The van with a dead battery rolling down a steep mountain in Colorado

I was still rolling downhill due to gravity but all of the vans gauges showed ZERO. Zero gas, Zero speed, Zero temperature and Zero oil pressure and Zero battery voltage. Luckily for me there was a scenic river pullout at the bottom of the hill where the van came to a rest. Either I had a bad battery or my alternator was toast. Seeing as though the starter battery was top of the line and only two weeks old I suspected the alternator which had nearly 150,000 miles on it.

6 volt + 6 volt in series = 12 volt 200 Amp Hours

I took out the starter battery again to recharge it from the solar batteries and fired up the laptop. Searching Google with a 3G connection hotspot from My Droid X Phone the nearest auto parts store was nearly 100 miles away. I called the number to make sure they were still in business and had the part in stock. Fortunately for me they had the part in stock and were open till 10:00pm. I told the auto parts lady on the phone that I loved her and that she had saved my life. Now all I had to do was figure out a plan to get the van another 100 miles. A charged starter battery would get me about 30 miles before I had to stop and recharge it again from the Solar batteries.

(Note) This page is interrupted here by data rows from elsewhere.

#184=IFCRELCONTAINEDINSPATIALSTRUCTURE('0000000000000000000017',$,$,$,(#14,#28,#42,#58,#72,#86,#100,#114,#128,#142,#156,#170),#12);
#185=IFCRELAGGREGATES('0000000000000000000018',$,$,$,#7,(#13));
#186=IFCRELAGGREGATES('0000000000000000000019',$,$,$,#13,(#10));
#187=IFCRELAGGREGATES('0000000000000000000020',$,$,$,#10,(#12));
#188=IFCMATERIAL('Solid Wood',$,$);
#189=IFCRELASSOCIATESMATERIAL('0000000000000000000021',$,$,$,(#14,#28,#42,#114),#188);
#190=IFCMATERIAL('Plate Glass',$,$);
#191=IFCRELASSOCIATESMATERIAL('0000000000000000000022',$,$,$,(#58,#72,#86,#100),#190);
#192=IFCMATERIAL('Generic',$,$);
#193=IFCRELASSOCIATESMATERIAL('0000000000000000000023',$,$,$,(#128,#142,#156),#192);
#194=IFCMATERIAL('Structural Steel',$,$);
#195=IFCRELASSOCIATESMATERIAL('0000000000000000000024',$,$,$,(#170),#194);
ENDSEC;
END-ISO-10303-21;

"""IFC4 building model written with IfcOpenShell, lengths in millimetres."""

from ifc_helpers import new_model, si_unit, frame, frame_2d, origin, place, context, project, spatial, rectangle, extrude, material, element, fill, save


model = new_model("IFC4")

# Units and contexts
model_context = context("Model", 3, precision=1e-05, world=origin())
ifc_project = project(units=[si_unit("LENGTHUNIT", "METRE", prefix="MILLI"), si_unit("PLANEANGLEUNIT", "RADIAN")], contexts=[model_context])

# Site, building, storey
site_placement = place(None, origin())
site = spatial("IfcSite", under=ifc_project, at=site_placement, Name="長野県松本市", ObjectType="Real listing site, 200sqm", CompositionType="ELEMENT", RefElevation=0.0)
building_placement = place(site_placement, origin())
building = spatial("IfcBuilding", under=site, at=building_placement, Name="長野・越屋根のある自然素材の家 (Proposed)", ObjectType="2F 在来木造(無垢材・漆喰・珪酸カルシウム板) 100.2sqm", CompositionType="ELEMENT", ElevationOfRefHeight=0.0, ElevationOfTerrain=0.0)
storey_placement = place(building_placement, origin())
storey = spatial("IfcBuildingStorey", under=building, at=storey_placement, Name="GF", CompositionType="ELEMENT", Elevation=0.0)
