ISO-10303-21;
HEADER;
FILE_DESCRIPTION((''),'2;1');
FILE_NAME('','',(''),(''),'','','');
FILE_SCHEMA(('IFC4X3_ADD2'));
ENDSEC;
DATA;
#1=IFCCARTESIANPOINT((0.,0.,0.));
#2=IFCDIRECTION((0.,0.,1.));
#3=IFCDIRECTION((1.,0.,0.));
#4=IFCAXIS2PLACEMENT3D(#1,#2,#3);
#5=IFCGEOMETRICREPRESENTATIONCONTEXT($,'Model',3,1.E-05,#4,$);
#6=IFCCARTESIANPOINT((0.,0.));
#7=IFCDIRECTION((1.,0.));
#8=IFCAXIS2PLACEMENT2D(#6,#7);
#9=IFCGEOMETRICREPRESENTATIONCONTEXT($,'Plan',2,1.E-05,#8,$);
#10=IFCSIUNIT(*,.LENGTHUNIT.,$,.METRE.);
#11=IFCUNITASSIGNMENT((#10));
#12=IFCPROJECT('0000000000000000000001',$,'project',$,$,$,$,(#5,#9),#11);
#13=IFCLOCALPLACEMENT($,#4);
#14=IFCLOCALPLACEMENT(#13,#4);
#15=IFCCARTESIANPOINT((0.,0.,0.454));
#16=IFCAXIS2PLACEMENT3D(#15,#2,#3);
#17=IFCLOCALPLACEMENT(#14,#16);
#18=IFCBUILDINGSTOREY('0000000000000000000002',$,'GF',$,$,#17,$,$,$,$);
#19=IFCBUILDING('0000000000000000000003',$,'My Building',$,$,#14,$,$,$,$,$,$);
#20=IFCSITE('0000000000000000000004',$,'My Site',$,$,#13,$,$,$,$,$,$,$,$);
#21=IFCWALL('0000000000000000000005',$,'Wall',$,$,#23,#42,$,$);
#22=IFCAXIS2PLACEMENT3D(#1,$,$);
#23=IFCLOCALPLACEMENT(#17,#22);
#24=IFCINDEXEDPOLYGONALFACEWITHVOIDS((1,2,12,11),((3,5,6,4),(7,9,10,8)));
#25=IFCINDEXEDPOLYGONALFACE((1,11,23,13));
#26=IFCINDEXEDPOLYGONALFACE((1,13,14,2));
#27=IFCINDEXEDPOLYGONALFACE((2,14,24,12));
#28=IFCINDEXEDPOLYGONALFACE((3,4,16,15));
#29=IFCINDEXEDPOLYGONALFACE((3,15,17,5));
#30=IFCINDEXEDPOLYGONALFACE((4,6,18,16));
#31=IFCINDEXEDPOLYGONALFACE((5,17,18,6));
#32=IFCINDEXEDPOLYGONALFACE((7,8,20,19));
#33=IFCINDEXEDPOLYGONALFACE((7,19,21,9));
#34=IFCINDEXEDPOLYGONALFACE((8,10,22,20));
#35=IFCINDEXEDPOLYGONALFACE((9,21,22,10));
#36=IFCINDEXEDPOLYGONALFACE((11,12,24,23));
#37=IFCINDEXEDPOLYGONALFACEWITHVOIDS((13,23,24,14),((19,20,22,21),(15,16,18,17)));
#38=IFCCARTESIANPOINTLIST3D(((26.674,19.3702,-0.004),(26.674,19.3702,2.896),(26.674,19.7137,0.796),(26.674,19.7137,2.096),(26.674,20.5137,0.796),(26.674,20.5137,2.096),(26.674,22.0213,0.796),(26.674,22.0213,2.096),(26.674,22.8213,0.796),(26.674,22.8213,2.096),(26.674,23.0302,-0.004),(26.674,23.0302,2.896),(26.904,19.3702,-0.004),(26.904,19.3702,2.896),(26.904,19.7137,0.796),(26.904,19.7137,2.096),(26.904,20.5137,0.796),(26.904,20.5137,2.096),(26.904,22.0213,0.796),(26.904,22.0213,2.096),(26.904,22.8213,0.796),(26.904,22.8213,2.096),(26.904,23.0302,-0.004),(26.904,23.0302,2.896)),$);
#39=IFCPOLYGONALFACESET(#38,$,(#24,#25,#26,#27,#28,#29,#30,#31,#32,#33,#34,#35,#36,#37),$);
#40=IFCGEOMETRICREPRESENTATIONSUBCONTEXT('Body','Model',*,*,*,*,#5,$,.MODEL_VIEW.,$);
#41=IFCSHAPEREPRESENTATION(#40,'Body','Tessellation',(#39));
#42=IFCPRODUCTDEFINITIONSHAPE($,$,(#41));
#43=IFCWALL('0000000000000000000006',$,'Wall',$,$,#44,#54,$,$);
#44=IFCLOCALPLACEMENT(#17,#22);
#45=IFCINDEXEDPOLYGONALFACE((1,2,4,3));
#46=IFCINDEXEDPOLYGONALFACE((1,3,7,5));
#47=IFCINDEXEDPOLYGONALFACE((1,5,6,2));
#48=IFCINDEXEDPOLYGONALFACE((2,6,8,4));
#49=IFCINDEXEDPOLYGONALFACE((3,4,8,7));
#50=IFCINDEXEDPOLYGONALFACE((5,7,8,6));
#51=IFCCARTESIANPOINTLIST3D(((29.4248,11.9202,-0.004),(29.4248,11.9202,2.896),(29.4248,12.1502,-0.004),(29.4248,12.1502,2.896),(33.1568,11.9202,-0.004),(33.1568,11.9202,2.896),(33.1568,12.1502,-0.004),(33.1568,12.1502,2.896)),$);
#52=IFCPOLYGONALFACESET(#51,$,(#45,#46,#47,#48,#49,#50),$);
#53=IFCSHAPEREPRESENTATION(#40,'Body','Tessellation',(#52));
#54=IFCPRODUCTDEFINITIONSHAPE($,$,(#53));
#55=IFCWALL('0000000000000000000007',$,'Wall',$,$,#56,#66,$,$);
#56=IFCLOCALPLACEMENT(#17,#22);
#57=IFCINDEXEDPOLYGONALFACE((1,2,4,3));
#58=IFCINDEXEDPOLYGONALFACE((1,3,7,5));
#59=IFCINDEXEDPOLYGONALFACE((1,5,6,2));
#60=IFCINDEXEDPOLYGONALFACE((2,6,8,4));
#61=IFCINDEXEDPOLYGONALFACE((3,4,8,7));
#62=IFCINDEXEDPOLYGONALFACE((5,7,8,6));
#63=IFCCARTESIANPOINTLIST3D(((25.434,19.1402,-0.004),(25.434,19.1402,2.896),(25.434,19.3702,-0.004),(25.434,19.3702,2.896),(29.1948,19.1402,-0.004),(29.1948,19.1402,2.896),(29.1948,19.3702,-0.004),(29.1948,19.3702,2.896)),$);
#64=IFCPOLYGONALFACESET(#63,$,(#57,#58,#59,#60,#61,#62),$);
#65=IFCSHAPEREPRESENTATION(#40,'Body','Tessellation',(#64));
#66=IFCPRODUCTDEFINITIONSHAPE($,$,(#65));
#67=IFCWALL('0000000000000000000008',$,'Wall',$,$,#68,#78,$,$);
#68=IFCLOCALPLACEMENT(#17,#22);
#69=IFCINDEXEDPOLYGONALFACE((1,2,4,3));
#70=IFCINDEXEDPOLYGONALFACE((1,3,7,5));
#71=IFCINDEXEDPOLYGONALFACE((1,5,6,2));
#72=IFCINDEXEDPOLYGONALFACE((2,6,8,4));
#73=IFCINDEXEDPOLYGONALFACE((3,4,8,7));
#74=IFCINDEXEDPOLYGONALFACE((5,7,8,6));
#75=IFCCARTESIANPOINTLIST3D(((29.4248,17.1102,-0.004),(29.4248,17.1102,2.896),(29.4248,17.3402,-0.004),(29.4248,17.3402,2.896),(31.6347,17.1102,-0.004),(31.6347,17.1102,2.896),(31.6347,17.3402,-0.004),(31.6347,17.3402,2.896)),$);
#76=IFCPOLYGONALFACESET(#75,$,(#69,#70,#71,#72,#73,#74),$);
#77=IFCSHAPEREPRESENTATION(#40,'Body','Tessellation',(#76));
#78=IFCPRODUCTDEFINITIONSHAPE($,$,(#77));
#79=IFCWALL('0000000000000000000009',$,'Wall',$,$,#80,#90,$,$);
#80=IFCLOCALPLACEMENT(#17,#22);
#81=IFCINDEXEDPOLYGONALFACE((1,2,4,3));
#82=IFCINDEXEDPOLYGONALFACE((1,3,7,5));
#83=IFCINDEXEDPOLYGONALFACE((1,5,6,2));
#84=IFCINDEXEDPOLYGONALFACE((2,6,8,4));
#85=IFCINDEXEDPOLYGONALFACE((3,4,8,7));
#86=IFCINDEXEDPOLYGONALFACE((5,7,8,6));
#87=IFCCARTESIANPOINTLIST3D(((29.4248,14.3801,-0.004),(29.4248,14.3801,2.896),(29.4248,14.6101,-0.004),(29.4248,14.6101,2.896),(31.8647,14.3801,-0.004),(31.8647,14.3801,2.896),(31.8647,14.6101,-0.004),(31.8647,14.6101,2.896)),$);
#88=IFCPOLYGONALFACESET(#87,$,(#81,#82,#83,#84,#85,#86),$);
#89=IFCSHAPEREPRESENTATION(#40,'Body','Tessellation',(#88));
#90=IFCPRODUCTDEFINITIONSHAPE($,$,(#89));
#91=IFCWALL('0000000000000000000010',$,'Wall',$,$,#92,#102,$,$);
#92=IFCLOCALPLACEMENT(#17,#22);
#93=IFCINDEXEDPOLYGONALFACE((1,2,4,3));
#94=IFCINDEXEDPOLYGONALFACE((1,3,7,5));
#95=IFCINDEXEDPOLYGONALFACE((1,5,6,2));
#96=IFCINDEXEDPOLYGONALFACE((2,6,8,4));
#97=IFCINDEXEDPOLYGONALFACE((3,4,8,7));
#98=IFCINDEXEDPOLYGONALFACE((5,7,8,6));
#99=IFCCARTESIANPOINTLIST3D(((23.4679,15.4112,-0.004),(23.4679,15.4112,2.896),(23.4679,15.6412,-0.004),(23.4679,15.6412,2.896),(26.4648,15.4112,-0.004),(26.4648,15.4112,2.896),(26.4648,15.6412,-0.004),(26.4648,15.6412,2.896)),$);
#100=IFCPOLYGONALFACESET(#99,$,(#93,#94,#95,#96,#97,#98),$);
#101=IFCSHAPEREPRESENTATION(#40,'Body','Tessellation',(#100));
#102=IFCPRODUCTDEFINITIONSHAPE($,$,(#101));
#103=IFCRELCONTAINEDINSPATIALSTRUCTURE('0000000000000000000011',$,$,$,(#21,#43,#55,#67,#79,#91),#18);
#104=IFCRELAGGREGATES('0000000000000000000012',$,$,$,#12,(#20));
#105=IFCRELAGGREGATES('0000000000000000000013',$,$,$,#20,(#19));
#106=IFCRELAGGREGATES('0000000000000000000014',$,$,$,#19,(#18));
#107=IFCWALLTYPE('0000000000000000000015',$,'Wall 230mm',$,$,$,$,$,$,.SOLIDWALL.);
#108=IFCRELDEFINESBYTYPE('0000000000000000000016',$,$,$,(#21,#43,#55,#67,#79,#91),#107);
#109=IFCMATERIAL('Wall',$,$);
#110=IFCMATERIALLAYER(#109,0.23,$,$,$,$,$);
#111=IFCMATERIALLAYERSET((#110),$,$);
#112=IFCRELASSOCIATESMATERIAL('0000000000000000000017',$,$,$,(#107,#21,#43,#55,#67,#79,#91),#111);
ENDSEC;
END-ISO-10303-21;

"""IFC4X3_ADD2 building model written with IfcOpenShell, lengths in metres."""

from ifc_helpers import new_model, si_unit, frame, origin_with_axes, origin_2d_with_axis, place, context, subcontext, project, spatial, line, indexed_curve, outline, extrude, source, transform, mapped, material, layer, layer_set, layer_usage, type_object, element, save


model = new_model("IFC4X3_ADD2")

# Units and contexts
model_context = context("Model", 3, precision=1e-05, world=origin_with_axes())
plan_context = context("Plan", 2, precision=1e-05, world=origin_2d_with_axis())
body_context_1 = subcontext(model_context, "Body", "Model", "MODEL_VIEW")
ifc_project = project(units=[si_unit("LENGTHUNIT", "METRE")], contexts=[model_context, plan_context])

# Site, building, storey
site_placement = place(None, origin_with_axes())
site = spatial("IfcSite", under=ifc_project, at=site_placement, Name="My Site")
building_placement = place(site_placement, origin_with_axes())
building = spatial("IfcBuilding", under=site, at=building_placement, Name="My Building")
storey_placement = place(building_placement, frame((0.0, 0.0, 0.454), z_axis=(0.0, 0.0, 1.0), x_axis=(1.0, 0.0, 0.0)))
storey = spatial("IfcBuildingStorey", under=building, at=storey_placement, Name="GF")

# Shared definitions
ifc_material_1 = material(Name="Wall")

# Shared definitions
ifc_layer_1 = layer(ifc_material_1, 0.23)
ifc_layer_set_1 = layer_set([ifc_layer_1])
wall_type_1 = type_object("IfcWallType", Name="Wall 230mm", PredefinedType="SOLIDWALL", material=ifc_layer_set_1)

# Wall, openings
ifc_layer_usage_1 = layer_usage(ifc_layer_set_1, "AXIS2", "POSITIVE", 0.0)
wall_1_placement = place(storey_placement, frame((26.904, 19.3702, -0.004), z_axis=(0.0, 0.0, 1.0), x_axis=(0.000001, 1.0, 0.0)))
wall_1 = element("IfcWall", 1, at=wall_1_placement, inside=storey, type_object=wall_type_1, material=ifc_layer_usage_1, Name="Wall", context=body_context_1, shape_type="SweptSolid", body=[
    extrude(outline(indexed_curve([(0.0, 0.0), (0.0, 0.23), (3.66, 0.23), (3.66, 0.0), (0.0, 0.0)], self_intersect=False)), origin_with_axes(), (0.0, 0.0, 1.0), 2.9),
])
shared_shape_1 = source(origin_with_axes(), body_context_1, "Body", "SweptSolid", [
    extrude(outline(indexed_curve([(0.0, 0.0), (0.8, 0.0), (0.8, 1.3), (0.0, 1.3)], segments=[line(1, 2, 3, 4, 1)])), frame((-0.4, -0.6, 0.0), z_axis=(0.0, -1.0, 0.0), x_axis=(1.0, 0.0, 0.0)), (0.0, 0.0, -1.0), 1.2),
])
opening_1_placement = place(wall_1_placement, frame((0.7435, 0.0, 0.8), z_axis=(0.0, 0.0, 1.0), x_axis=(1.0, 0.0, 0.0)))
element("IfcOpeningElement", 2, at=opening_1_placement, cuts=wall_1, PredefinedType="OPENING", context=body_context_1, shape_type="MappedRepresentation", body=[
    mapped(shared_shape_1, transform((0.0, 0.0, 0.0), x_axis=(1.0, 0.0, 0.0), y_axis=(0.0, 1.0, 0.0), z_axis=(0.0, 0.0, 1.0), scale=1.0)),
])
opening_2_placement = place(wall_1_placement, frame((3.0511, 0.0, 0.8), z_axis=(0.0, 0.0, 1.0), x_axis=(1.0, 0.0, 0.0)))
element("IfcOpeningElement", 3, at=opening_2_placement, cuts=wall_1, PredefinedType="OPENING", context=body_context_1, shape_type="MappedRepresentation", body=[
    mapped(shared_shape_1, transform((0.0, 0.0, 0.0), x_axis=(1.0, 0.0, 0.0), y_axis=(0.0, 1.0, 0.0), z_axis=(0.0, 0.0, 1.0), scale=1.0)),
])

Charging the Optima Yellow Top Starter Battery

The good news in Colorado is that every twenty miles there are plenty of scenic places to stop for an hour or two to look around while the battery recharged. By the end of the day the van was nearly to its destination which was the Advanced Auto Parts store in Montrose Colorado. I was so close to the store that I threw caution to the wind and skipped my final recharge. I swear I hit every red light for the next ten minutes and had every slow driver in Montrose pull out in front of me. I pulled into the auto parts store with less than 9 volts displaying on the meter and not enough to restart the van if I had wanted to. I pulled the starter battery out for another recharge and walked into the store. The sales clerk who I professed my love to was no longer there, instead I got Ralph, who was bright enough to pull the right part and charge my credit card but took forever. I swear it took him 30 minutes to process the transaction.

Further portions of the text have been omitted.